- _WHAT YOU NEED TO DO_:
Only one stretch of the data below is wanted: the lines starting at the one with "#39=IFCPOLYGONALFACESET(#38,$,(#32,#33,#34,#35,#36,#37),$);" and ending at the one with "#45=IFCLOCALPLACEMENT(#11,#44);", both included, given again exactly.

[Collected data entries]
★ ★ ★ ★ ★

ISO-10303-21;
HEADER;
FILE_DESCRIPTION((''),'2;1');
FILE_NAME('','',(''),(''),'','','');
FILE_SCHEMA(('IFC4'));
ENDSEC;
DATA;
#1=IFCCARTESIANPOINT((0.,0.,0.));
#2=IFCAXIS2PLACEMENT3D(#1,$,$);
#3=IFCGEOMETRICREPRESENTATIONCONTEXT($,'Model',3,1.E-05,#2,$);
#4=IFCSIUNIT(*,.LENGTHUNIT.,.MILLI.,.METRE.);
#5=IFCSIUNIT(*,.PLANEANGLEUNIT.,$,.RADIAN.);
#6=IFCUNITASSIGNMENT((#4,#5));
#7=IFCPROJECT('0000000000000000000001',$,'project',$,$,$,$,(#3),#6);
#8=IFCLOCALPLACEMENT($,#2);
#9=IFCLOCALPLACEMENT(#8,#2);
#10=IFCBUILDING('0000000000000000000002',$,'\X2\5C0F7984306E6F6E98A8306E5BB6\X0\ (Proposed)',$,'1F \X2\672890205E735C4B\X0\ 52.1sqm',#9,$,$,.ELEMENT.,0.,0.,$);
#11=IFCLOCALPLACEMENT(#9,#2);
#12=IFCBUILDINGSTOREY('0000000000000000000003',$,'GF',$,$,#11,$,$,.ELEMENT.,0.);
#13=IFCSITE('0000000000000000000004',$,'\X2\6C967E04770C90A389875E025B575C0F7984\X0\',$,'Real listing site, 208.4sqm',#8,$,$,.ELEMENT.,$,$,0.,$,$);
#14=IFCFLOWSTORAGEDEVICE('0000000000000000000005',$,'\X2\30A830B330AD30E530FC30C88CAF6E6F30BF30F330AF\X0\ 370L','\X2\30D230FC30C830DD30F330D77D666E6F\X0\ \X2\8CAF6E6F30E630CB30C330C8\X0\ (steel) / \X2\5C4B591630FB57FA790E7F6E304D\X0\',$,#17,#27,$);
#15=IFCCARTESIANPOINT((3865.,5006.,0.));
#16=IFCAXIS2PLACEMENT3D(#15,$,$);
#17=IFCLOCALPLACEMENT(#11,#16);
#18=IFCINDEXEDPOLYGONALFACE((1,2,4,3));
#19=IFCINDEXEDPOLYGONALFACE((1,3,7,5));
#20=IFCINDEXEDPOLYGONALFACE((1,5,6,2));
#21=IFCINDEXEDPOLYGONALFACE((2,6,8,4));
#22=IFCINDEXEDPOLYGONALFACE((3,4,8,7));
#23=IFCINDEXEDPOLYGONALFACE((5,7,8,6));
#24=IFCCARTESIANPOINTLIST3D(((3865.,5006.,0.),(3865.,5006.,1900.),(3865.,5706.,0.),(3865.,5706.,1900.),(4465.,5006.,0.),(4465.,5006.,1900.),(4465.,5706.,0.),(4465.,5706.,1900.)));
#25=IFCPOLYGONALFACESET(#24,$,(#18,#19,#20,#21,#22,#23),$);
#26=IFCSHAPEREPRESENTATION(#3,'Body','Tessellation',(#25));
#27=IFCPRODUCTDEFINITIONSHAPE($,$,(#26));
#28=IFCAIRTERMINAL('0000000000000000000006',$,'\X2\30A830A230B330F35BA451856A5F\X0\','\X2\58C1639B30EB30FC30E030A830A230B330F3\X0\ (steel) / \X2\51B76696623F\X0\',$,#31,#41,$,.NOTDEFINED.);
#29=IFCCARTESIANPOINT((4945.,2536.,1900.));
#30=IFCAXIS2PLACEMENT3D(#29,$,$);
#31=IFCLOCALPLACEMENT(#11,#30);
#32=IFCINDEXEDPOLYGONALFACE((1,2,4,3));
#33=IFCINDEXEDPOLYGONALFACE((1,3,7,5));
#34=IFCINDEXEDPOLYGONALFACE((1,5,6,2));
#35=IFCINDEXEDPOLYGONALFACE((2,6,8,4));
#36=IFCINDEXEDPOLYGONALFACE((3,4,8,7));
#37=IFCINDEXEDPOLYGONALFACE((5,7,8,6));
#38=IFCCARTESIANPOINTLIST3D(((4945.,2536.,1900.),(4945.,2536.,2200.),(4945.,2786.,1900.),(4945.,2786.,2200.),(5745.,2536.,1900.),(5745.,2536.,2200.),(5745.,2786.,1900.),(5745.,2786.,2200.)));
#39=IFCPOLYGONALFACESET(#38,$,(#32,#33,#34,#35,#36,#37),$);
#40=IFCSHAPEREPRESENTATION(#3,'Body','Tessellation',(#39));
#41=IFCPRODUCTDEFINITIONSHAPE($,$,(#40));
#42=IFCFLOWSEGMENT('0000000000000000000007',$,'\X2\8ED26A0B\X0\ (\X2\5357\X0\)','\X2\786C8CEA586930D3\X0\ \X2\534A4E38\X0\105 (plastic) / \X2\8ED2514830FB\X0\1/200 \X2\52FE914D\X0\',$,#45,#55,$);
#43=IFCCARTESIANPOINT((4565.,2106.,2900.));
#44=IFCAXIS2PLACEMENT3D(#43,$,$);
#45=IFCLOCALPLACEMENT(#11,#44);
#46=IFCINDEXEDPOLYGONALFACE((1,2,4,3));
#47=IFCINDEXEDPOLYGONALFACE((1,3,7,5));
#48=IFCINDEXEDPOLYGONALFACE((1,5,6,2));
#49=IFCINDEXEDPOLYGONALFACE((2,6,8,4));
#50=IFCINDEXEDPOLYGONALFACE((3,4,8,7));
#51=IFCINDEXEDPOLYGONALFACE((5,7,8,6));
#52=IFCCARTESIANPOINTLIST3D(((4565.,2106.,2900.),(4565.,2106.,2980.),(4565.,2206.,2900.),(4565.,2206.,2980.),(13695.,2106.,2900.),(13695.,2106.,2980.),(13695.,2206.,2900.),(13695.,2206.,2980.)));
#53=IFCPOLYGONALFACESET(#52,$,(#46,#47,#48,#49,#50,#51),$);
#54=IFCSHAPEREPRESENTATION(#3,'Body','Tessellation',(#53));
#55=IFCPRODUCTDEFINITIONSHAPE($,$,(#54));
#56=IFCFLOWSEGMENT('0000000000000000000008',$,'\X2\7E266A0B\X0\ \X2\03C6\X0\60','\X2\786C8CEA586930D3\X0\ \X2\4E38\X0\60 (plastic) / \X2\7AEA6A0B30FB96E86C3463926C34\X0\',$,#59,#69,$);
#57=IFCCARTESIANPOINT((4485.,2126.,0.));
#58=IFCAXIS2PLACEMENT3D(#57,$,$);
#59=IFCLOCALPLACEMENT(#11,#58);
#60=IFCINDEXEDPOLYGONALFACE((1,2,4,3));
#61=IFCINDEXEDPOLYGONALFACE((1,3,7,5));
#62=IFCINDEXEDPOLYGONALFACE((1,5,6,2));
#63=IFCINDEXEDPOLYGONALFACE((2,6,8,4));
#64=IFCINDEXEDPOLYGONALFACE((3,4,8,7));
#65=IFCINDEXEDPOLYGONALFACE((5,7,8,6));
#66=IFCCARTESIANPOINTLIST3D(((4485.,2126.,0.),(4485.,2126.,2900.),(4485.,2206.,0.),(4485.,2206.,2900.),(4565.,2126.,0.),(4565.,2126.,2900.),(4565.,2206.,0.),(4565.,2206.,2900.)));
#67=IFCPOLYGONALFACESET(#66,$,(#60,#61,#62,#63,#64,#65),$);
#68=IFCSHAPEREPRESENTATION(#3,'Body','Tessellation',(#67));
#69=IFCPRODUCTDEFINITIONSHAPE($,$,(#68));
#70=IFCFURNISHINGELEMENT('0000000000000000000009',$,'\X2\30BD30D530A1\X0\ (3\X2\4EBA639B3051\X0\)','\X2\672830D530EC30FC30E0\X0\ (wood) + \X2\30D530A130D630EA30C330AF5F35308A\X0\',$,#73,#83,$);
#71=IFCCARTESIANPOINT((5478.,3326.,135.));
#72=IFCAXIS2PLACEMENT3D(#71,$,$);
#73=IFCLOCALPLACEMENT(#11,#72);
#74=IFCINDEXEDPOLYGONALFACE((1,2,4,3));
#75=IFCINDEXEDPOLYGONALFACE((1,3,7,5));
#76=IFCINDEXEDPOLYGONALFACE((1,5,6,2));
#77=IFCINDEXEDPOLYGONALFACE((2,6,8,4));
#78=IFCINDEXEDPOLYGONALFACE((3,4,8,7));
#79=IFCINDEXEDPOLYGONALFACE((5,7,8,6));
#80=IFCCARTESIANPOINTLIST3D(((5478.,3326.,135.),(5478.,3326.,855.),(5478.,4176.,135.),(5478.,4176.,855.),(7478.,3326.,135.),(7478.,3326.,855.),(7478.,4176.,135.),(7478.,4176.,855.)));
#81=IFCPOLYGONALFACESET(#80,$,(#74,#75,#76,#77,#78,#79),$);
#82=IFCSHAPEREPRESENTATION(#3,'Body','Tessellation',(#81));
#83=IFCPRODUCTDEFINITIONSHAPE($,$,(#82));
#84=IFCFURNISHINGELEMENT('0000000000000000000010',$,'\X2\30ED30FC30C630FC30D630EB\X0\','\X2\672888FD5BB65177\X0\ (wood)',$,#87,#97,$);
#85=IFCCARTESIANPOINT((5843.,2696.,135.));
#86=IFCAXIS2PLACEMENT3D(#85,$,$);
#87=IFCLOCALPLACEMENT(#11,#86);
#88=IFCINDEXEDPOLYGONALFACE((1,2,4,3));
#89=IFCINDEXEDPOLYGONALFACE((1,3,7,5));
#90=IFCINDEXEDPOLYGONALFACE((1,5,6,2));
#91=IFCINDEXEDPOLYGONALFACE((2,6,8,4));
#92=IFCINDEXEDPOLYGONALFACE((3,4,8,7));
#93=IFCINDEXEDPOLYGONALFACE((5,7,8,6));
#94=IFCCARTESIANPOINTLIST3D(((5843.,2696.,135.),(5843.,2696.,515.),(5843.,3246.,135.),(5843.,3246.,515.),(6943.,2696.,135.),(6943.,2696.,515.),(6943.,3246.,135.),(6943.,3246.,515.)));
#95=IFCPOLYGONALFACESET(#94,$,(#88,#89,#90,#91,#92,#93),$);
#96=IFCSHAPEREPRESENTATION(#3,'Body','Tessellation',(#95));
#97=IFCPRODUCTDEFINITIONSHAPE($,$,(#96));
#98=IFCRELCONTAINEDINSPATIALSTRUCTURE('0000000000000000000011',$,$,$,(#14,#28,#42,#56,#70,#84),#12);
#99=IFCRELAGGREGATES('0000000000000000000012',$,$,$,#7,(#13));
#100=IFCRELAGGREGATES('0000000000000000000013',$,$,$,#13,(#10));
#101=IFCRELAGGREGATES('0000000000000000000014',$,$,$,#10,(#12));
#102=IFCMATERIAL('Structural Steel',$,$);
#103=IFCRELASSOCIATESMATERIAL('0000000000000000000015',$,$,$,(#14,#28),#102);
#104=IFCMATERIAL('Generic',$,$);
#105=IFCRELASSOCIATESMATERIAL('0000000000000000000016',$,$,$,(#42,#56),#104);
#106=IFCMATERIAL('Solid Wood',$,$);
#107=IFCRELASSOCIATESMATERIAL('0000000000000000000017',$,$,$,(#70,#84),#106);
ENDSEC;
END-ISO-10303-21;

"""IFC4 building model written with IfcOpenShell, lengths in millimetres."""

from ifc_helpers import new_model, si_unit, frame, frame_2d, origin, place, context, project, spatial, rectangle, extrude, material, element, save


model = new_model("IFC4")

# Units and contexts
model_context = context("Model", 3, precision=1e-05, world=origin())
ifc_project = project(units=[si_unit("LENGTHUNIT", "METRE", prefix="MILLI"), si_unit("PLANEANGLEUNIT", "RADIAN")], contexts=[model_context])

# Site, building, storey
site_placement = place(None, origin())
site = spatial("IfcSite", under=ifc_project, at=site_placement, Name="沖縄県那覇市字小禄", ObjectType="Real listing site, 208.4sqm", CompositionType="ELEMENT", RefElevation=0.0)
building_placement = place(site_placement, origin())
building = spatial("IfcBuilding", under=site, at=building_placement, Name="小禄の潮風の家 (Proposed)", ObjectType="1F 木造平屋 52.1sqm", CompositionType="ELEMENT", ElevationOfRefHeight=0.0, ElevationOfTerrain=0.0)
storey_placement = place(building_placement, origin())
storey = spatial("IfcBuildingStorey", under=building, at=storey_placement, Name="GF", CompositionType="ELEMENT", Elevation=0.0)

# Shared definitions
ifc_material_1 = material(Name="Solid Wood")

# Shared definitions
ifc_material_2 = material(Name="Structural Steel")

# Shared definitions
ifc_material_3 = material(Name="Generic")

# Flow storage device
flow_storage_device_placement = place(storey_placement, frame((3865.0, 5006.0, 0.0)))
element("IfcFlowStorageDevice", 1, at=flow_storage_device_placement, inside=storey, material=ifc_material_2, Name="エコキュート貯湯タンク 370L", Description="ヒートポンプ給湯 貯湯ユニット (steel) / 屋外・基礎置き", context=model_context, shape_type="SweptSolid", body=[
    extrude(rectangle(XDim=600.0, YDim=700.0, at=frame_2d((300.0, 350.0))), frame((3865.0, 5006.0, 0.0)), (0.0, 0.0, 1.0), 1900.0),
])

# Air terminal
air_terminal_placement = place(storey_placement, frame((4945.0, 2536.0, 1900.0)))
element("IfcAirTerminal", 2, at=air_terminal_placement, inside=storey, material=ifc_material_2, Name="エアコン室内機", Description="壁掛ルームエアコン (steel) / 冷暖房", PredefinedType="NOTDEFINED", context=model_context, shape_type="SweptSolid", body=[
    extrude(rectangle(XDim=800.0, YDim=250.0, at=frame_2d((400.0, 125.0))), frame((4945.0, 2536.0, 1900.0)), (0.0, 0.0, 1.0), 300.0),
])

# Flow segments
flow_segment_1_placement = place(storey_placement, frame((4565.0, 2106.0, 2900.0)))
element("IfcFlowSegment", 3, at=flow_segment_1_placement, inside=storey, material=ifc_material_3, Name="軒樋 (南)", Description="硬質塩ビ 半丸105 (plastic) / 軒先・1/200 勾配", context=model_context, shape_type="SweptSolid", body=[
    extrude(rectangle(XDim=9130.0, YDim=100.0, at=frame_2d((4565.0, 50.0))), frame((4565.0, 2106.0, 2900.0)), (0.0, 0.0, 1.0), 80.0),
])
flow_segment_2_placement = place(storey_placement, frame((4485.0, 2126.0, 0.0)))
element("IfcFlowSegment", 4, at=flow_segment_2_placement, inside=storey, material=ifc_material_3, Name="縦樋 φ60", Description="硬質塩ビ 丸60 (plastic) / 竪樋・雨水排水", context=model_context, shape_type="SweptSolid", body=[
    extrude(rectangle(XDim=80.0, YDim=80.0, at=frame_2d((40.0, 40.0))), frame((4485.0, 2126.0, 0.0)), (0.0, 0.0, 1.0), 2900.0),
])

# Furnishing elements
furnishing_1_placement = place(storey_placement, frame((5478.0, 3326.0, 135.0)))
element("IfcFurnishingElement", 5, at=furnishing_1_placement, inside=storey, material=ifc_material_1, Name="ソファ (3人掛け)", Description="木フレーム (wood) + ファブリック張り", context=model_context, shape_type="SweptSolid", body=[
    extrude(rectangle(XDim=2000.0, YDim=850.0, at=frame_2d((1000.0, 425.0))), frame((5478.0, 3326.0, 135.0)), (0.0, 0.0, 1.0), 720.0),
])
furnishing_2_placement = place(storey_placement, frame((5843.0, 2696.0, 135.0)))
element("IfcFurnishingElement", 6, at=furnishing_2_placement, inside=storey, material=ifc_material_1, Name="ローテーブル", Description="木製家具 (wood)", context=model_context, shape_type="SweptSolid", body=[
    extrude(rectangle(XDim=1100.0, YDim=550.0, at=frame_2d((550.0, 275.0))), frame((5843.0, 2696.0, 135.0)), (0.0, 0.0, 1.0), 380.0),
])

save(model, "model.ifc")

★ ★ ★ ★ ★

- _SOLUTION FOR THIS PROBLEM_:
#39=IFCPOLYGONALFACESET(#38,$,(#32,#33,#34,#35,#36,#37),$);
#40=IFCSHAPEREPRESENTATION(#3,'Body','Tessellation',(#39));
#41=IFCPRODUCTDEFINITIONSHAPE($,$,(#40));
#42=IFCFLOWSEGMENT('0000000000000000000007',$,'\X2\8ED26A0B\X0\ (\X2\5357\X0\)','\X2\786C8CEA586930D3\X0\ \X2\534A4E38\X0\105 (plastic) / \X2\8ED2514830FB\X0\1/200 \X2\52FE914D\X0\',$,#45,#55,$);
#43=IFCCARTESIANPOINT((4565.,2106.,2900.));
#44=IFCAXIS2PLACEMENT3D(#43,$,$);
#45=IFCLOCALPLACEMENT(#11,#44);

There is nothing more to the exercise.